(Stored items)
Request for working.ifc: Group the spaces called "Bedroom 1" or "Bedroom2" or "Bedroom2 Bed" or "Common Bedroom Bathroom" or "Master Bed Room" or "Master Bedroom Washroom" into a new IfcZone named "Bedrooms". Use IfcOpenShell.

First a look at what the model holds.

```python
import ifcopenshell

model = ifcopenshell.open("working.ifc")
print(model.schema)
seen = {}
for space in model.by_type("IfcSpace"):
    seen[space.Name] = seen.get(space.Name, 0) + 1
for name, count in sorted(seen.items(), key=str):
    print(count, "x", name)
print("zones:", [z.Name for z in model.by_type("IfcZone")][:20])
```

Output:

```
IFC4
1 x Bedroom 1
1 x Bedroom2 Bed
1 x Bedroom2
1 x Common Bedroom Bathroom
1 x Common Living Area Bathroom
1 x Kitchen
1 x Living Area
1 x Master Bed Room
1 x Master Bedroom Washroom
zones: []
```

```python
import ifcopenshell
import ifcopenshell.api.group
import ifcopenshell.api.root

model = ifcopenshell.open("working.ifc")

names = {"Bedroom 1", "Bedroom2", "Bedroom2 Bed", "Common Bedroom Bathroom", "Master Bed Room", "Master Bedroom Washroom"}
spaces = [s for s in model.by_type("IfcSpace") if s.Name in names]

zone = ifcopenshell.api.root.create_entity(model, ifc_class="IfcZone", name="Bedrooms")
ifcopenshell.api.group.assign_group(model, products=spaces, group=zone)
print(len(spaces), "spaces in", zone.Name)

model.write("working_updated.ifc")
```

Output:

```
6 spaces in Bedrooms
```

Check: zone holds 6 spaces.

**EXERCISE**
The expected reply is a number only, the tally of lines in the data where the word "Area" is found.

**ANSWER BELOW**
2